> **Exercise details**
Please keep to the lines below from the one with "#46=IFCINDEXEDPOLYGONALFACE((5,13,14,6));" through the one with "#48=IFCINDEXEDPOLYGONALFACE((9,11,12,14,13,15,16,10));", and restate them word for word, ends included.

> **Given records**
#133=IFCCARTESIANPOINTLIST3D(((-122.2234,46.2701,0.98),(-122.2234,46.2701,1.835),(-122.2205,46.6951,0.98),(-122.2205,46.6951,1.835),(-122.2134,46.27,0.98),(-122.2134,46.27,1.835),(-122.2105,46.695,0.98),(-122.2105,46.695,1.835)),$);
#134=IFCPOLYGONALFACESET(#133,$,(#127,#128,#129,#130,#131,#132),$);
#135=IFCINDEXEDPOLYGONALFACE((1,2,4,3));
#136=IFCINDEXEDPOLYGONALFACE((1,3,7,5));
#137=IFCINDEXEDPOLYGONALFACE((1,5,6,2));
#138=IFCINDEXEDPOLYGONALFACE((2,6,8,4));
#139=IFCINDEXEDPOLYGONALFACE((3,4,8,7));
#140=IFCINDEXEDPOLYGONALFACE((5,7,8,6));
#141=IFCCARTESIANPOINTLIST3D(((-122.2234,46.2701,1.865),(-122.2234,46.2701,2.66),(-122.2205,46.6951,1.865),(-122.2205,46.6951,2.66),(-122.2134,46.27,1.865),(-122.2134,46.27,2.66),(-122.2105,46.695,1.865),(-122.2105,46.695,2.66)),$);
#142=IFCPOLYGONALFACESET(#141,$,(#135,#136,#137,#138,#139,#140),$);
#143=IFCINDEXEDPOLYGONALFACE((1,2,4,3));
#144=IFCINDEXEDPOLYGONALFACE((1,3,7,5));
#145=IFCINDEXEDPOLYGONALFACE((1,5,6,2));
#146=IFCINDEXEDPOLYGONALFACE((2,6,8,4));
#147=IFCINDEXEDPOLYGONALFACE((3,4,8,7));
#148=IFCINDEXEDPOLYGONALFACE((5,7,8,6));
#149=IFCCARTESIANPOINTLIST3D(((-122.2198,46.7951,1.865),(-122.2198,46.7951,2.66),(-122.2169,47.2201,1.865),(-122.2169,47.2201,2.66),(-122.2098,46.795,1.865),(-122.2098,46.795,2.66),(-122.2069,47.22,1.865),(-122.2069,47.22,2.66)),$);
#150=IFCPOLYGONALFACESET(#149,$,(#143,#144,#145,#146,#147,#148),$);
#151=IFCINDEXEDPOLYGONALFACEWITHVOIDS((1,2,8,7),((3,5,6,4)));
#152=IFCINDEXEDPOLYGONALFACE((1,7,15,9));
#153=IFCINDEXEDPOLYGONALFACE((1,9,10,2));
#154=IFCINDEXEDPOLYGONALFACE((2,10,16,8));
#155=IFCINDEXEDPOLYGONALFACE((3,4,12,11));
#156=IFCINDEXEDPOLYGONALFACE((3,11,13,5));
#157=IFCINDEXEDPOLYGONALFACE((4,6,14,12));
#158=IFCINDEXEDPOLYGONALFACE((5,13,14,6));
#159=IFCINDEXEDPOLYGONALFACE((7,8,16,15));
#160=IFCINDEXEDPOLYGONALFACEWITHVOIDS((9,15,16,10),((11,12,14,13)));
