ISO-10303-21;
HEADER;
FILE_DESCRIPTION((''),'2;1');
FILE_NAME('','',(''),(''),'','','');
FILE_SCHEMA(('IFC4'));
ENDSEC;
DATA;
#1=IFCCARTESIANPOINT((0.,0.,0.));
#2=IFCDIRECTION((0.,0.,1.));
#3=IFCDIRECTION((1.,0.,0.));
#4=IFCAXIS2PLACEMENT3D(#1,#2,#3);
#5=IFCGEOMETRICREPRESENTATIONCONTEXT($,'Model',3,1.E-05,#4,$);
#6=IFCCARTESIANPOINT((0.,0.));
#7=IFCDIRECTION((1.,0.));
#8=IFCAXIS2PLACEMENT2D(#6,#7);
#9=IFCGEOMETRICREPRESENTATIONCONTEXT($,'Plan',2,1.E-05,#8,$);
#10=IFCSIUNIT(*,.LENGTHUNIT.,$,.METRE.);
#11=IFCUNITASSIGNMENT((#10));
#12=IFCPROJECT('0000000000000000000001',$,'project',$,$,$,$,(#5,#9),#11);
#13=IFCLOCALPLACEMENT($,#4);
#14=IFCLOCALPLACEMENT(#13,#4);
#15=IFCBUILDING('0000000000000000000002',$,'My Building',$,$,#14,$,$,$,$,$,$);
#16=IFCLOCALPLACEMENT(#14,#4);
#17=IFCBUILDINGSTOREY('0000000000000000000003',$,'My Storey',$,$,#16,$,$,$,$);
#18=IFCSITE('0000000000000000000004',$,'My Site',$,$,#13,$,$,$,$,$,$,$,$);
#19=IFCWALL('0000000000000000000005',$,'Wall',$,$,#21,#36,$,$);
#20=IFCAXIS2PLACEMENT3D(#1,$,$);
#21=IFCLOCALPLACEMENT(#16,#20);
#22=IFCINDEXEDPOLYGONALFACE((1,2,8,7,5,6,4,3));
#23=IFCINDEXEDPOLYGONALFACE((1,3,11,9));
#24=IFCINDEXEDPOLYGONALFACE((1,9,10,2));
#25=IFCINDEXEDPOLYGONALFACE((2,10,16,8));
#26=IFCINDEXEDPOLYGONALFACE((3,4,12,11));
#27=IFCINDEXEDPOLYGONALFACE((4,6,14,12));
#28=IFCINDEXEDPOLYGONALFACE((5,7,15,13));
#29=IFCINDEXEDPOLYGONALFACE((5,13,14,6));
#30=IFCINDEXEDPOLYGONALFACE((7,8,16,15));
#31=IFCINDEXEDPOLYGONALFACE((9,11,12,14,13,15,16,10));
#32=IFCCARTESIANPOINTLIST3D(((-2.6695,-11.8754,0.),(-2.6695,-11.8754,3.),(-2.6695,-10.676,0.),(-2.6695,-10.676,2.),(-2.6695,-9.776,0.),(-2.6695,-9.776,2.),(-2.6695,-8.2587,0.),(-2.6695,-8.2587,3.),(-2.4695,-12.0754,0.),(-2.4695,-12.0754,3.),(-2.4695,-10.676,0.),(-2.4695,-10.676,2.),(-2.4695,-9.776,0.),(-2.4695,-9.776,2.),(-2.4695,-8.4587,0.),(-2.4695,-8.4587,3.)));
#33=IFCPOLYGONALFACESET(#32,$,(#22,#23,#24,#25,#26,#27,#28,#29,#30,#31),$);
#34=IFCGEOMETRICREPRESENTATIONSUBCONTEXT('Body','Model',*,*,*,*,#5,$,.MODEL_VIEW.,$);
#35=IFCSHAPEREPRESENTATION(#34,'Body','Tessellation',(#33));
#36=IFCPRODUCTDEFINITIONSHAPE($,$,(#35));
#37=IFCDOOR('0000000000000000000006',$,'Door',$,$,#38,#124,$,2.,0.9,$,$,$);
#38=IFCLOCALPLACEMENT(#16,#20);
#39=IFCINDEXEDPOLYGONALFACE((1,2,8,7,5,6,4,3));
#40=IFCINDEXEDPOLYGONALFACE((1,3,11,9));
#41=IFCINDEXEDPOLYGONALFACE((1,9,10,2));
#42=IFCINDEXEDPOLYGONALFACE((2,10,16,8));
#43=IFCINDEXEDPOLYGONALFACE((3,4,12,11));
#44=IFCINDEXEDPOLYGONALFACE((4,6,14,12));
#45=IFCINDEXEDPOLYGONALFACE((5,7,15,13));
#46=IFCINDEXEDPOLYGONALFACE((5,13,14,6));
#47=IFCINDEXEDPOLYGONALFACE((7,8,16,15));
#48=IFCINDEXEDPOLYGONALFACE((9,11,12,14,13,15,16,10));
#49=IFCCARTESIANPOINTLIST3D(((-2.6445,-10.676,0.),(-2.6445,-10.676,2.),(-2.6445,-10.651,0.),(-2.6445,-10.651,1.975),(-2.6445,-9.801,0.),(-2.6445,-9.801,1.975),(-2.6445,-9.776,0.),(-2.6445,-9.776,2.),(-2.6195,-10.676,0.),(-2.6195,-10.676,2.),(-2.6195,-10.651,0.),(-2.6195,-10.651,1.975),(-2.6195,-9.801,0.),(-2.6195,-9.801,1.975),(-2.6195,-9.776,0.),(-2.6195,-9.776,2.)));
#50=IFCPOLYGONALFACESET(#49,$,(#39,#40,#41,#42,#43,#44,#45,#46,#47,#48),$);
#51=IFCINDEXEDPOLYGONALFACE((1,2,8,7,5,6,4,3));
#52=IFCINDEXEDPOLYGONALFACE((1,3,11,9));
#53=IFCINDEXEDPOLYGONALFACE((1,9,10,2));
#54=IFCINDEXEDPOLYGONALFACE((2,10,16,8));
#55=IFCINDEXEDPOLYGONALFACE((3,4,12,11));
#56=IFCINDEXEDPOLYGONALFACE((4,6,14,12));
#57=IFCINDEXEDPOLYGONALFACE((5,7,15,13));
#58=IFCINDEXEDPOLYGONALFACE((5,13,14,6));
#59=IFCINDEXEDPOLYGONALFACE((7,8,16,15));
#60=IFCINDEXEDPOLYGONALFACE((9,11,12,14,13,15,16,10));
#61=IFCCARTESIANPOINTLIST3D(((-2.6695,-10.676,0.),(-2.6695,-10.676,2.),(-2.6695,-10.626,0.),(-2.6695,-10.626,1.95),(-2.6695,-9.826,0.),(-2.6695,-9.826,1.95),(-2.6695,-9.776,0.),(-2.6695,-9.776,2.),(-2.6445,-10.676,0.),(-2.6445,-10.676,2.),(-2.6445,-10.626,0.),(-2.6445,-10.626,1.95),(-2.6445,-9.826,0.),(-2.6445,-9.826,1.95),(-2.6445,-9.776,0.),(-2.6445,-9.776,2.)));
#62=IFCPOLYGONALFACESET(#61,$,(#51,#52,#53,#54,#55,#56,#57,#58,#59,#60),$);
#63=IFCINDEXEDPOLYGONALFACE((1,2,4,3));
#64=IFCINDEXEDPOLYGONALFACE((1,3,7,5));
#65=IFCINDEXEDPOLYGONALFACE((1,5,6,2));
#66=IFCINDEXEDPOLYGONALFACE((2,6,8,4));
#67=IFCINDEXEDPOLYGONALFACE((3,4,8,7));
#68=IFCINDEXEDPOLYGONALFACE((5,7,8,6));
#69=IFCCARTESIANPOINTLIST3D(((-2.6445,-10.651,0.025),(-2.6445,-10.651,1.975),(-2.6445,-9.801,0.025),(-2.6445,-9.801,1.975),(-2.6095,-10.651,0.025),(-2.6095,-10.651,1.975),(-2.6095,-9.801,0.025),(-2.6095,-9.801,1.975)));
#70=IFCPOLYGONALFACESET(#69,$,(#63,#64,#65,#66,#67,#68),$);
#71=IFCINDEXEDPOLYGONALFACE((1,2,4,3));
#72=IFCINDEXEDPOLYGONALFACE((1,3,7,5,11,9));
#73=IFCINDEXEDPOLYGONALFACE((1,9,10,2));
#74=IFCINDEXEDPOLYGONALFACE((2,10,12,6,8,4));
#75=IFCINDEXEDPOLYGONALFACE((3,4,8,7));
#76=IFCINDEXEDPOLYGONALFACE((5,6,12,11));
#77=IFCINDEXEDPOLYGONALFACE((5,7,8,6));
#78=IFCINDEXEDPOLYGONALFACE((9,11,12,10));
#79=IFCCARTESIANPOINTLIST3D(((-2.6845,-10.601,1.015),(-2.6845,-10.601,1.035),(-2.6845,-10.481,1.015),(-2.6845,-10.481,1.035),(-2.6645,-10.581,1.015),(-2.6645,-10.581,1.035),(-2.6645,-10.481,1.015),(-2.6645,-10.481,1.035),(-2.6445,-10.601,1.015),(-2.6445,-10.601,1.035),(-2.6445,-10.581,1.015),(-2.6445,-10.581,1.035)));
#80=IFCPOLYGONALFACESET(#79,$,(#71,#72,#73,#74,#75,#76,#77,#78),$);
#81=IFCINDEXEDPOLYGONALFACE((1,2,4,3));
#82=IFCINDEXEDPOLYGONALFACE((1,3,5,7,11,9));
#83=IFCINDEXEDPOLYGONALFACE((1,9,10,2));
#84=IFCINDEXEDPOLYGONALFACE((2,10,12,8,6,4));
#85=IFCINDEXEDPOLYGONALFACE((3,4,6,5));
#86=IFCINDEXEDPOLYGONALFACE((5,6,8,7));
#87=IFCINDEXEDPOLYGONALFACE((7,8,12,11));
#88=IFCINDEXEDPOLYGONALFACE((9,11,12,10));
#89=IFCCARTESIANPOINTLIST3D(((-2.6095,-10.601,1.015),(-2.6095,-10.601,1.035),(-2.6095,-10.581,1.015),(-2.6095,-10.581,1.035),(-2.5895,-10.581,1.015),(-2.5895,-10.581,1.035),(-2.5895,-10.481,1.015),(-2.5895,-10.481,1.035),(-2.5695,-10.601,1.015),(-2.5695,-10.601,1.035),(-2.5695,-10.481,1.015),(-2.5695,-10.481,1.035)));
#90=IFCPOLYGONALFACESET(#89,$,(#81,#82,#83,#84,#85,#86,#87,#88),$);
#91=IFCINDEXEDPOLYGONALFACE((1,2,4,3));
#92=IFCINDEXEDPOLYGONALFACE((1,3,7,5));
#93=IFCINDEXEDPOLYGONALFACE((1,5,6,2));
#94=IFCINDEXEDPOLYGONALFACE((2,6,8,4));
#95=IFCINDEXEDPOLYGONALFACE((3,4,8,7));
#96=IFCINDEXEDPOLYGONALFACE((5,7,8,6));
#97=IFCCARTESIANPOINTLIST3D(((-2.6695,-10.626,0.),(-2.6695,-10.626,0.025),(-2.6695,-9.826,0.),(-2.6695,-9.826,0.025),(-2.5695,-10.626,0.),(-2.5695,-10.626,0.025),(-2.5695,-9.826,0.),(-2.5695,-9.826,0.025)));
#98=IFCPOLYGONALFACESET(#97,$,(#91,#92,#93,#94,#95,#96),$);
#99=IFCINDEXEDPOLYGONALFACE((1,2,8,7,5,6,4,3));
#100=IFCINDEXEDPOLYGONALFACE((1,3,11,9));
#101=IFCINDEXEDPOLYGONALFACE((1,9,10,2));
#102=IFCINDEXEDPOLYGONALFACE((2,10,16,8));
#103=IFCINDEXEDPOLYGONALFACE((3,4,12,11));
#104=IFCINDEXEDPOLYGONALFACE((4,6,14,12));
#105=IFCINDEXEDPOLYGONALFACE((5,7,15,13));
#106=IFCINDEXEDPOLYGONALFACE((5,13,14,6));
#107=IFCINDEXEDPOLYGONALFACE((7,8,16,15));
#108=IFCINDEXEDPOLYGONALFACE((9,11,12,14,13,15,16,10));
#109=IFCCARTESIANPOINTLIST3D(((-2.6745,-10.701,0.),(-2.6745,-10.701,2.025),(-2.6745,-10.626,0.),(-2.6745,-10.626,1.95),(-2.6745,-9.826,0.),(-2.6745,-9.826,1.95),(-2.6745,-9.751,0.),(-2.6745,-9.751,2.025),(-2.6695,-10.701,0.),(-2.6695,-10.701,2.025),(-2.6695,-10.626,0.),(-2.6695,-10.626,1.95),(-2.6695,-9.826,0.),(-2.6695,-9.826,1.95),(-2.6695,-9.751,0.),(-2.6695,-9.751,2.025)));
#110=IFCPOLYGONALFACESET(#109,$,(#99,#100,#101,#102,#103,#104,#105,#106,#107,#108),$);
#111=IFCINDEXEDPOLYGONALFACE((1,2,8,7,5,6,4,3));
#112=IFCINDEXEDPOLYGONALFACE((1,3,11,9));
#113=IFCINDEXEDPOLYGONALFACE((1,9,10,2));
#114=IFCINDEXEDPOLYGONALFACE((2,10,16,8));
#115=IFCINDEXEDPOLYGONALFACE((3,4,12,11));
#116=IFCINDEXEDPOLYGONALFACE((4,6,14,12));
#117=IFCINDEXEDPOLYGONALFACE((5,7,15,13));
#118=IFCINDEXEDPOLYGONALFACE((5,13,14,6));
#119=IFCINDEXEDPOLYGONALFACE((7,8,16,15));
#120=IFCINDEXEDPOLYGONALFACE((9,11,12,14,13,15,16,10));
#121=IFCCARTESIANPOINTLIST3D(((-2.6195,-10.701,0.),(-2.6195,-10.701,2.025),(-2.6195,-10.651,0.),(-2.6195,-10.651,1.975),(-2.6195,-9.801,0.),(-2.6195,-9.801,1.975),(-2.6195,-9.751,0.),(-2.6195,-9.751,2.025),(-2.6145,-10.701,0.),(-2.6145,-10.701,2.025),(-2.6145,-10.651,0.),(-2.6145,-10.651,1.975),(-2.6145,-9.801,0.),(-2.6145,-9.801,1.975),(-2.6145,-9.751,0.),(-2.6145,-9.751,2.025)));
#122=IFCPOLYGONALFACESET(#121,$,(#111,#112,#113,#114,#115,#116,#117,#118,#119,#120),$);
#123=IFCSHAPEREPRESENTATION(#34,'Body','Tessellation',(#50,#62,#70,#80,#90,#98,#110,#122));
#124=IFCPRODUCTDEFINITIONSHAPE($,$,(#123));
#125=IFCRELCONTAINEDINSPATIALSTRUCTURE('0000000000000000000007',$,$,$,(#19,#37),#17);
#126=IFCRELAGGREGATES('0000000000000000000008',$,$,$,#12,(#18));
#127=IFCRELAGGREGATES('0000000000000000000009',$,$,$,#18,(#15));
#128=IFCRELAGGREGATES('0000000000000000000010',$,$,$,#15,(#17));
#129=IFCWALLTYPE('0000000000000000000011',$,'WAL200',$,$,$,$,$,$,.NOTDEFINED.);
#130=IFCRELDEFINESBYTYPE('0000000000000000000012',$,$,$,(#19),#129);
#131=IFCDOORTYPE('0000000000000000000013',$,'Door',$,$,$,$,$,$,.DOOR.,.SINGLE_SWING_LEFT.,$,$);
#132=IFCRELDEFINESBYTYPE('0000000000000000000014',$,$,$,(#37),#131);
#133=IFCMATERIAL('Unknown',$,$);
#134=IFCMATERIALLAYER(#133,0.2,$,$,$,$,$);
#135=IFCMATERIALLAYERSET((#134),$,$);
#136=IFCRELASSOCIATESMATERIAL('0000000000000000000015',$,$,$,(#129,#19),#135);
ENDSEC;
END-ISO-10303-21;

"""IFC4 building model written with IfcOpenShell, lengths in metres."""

from ifc_helpers import new_model, entity, si_unit, frame, origin_with_axes, origin_2d_with_axis, place, context, subcontext, project, spatial, line, indexed_curve, outline, extrude, shape, source, transform, mapped, material, layer, layer_set, layer_usage, type_object, type_shapes, element, fill, save


model = new_model("IFC4")

# Units and contexts
model_context = context("Model", 3, precision=1e-05, world=origin_with_axes())
plan_context = context("Plan", 2, precision=1e-05, world=origin_2d_with_axis())
body_context_1 = subcontext(model_context, "Body", "Model", "MODEL_VIEW")
body_context_2 = subcontext(plan_context, "Body", "Plan", "PLAN_VIEW")
ifc_project = project(units=[si_unit("LENGTHUNIT", "METRE")], contexts=[model_context, plan_context])

# Site, building, storey
site_placement = place(None, origin_with_axes())
site = spatial("IfcSite", under=ifc_project, at=site_placement, Name="My Site")
building_placement = place(site_placement, origin_with_axes())
building = spatial("IfcBuilding", under=site, at=building_placement, Name="My Building")
storey_placement = place(building_placement, origin_with_axes())
storey = spatial("IfcBuildingStorey", under=building, at=storey_placement, Name="My Storey")

# Shared definitions
ifc_material = material(Name="Unknown")

# Shared definitions
ifc_layer_1 = layer(ifc_material, 0.2)
ifc_layer_set_1 = layer_set([ifc_layer_1])
wall_type_1 = type_object("IfcWallType", Name="WAL200", PredefinedType="NOTDEFINED", material=ifc_layer_set_1)

# Wall, opening, door
ifc_layer_usage_1 = layer_usage(ifc_layer_set_1, "AXIS2", "POSITIVE", 0.0)
wall_1_placement = place(storey_placement, frame((-2.4695, -12.0754, 0.0), z_axis=(0.0, 0.0, 1.0), x_axis=(0.0, 1.0, 0.0)))
wall_1 = element("IfcWall", 1, at=wall_1_placement, inside=storey, type_object=wall_type_1, material=ifc_layer_usage_1, Name="Wall", context=body_context_1, shape_type="SweptSolid", body=[
    extrude(outline(indexed_curve([(0.0, 0.0), (0.2, 0.2), (3.8168, 0.2), (3.6168, 0.0)], segments=[line(1, 2, 3, 4, 1)])), origin_with_axes(), (0.0, 0.0, 1.0), 3.0),
])
shared_shape_1 = source(origin_with_axes(), body_context_1, "Body", "SweptSolid", [
    extrude(outline(indexed_curve([(0.0, 0.0), (0.9, 0.0), (0.9, 2.0), (0.0, 2.0)], segments=[line(1, 2, 3, 4, 1)])), frame((0.0, -0.6, 0.0), z_axis=(0.0, -1.0, 0.0), x_axis=(1.0, 0.0, 0.0)), (0.0, 0.0, -1.0), 1.2),
])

> **Result for this exercise**
#46=IFCINDEXEDPOLYGONALFACE((5,13,14,6));
#47=IFCINDEXEDPOLYGONALFACE((7,8,16,15));
#48=IFCINDEXEDPOLYGONALFACE((9,11,12,14,13,15,16,10));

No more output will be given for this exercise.